Sphaerellothecium araneosum

Scientific classification
- Domain: Eukaryota
- Kingdom: Fungi
- Division: Ascomycota
- Class: Sordariomycetes
- Order: Phyllachorales
- Family: Phyllachoraceae
- Genus: Sphaerellothecium
- Species: S. araneosum
- Binomial name: Sphaerellothecium araneosum (Rehm ex Arnold) Zopf (1897)
- Synonyms: Discothecium araneosum (Rehm ex Arnold) Vouaux; Echinothecium glabrum M.S.Christ., Alstrup & D.Hawksw.; Endococcus araneosus (Rehm ex Arnold) H.Olivier; Epicymatia araneosa (Rehm ex Arnold) Sacc.; Mycosphaerella araneosa (Rehm ex Arnold) Lindau; Phaeosphaerella araneosa (Rehm ex Arnold) Sacc. & D.Sacc.; Sphaerella araneosa Rehm; Sphaerella araneosa Rehm ex Arnold;

= Sphaerellothecium araneosum =

- Authority: (Rehm ex Arnold) Zopf (1897)
- Synonyms: Discothecium araneosum (Rehm ex Arnold) Vouaux, Echinothecium glabrum M.S.Christ., Alstrup & D.Hawksw., Endococcus araneosus (Rehm ex Arnold) H.Olivier, Epicymatia araneosa (Rehm ex Arnold) Sacc., Mycosphaerella araneosa (Rehm ex Arnold) Lindau, Phaeosphaerella araneosa (Rehm ex Arnold) Sacc. & D.Sacc., Sphaerella araneosa Rehm, Sphaerella araneosa Rehm ex Arnold

Species of fungus

Sphaerellothecium araneosum is a species of lichenicolous fungus in the family Phyllachoraceae.

==Distribution==
Sphaerellothecium araneosum has been reported from the highlands of Iceland and the Arctic desert of Severnaya Zemlya in Russia.

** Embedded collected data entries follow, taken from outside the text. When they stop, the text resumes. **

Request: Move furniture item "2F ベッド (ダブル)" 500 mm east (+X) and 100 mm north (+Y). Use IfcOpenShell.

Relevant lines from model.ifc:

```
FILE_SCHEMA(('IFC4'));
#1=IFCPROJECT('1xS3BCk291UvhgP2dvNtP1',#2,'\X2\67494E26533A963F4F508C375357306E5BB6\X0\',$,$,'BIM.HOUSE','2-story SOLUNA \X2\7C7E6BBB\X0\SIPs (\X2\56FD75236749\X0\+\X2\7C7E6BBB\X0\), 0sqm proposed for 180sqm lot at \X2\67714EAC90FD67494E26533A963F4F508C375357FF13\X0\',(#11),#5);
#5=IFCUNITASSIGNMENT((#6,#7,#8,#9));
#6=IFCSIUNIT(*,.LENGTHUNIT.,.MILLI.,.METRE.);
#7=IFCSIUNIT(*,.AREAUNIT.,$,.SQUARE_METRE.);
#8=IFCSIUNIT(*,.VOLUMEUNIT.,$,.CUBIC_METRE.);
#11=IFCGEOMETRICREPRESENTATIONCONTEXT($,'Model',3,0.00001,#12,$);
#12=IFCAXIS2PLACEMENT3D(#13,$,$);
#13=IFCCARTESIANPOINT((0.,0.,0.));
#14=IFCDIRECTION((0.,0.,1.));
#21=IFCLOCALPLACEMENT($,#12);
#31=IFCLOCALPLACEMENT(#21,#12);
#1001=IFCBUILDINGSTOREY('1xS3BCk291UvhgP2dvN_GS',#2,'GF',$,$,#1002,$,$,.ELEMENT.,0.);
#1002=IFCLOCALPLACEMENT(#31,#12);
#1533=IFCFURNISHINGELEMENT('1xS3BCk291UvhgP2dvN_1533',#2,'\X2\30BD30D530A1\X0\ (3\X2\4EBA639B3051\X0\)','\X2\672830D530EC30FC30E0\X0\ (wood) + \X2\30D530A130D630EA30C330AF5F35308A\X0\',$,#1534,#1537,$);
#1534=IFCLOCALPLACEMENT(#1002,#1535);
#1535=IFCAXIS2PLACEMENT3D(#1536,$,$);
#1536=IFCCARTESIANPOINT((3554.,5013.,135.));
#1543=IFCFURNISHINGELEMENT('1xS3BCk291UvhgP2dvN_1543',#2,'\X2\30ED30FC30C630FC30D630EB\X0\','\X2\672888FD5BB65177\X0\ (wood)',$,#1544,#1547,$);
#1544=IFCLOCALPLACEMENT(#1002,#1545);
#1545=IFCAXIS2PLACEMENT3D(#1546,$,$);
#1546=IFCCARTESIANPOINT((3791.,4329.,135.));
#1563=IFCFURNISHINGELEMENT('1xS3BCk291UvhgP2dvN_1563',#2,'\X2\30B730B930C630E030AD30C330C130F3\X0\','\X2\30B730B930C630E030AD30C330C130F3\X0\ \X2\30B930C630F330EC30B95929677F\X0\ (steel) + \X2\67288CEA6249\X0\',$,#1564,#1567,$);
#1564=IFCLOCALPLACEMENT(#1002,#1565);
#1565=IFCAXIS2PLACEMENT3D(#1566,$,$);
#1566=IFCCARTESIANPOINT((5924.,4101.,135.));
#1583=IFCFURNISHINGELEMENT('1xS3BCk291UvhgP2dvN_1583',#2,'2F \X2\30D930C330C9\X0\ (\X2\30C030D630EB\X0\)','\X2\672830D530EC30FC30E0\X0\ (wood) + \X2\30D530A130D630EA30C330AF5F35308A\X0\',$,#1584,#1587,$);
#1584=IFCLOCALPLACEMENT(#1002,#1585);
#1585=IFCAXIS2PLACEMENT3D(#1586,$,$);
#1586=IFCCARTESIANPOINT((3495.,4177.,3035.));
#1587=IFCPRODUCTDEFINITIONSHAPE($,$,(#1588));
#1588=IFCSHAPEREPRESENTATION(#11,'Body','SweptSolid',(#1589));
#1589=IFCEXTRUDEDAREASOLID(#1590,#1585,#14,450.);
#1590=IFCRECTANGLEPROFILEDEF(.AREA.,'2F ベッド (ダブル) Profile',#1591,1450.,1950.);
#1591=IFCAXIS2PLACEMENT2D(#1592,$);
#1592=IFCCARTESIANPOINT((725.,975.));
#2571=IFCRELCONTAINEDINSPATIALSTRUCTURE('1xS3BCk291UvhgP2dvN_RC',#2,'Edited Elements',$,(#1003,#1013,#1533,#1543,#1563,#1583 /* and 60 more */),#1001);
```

```python
import ifcopenshell
import ifcopenshell.api.geometry
import ifcopenshell.util.placement
import ifcopenshell.util.unit

model = ifcopenshell.open("model.ifc")
unit_scale = ifcopenshell.util.unit.calculate_unit_scale(model)

item = model.by_guid("1xS3BCk291UvhgP2dvN_1583")
matrix = ifcopenshell.util.placement.get_local_placement(item.ObjectPlacement)
matrix[0, 3] += 0.5 / unit_scale
matrix[1, 3] += 0.1 / unit_scale
ifcopenshell.api.geometry.edit_object_placement(model, product=item, matrix=matrix, is_si=False)

print(ifcopenshell.util.placement.get_local_placement(item.ObjectPlacement).round(3) + 0.0)

model.write("model-out.ifc")
```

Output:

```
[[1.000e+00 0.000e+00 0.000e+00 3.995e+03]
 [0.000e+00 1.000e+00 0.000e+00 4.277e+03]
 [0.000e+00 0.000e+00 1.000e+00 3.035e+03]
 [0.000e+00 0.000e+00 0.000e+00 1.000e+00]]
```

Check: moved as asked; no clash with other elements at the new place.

==Host species and symptoms==
Sphaerellothecium araneosum commonly grows on species of Ochrolechia, such as Ochrolechia frigida but it also grows on Stereocaulon rivulorum and Stereocaulon vesuvianum, on which it causes no known symptoms. It is common in Cladonia pocillum and Cladonia symphycarpia, and less common but present in Cladonia coccifera, Cladonia gracilis, Cladonia macroceras, Cladonia pyxidata and Cladonia subcervicornis. The population infecting Cladonia is considered a separate variety from other Sphaerellothecium araneosum.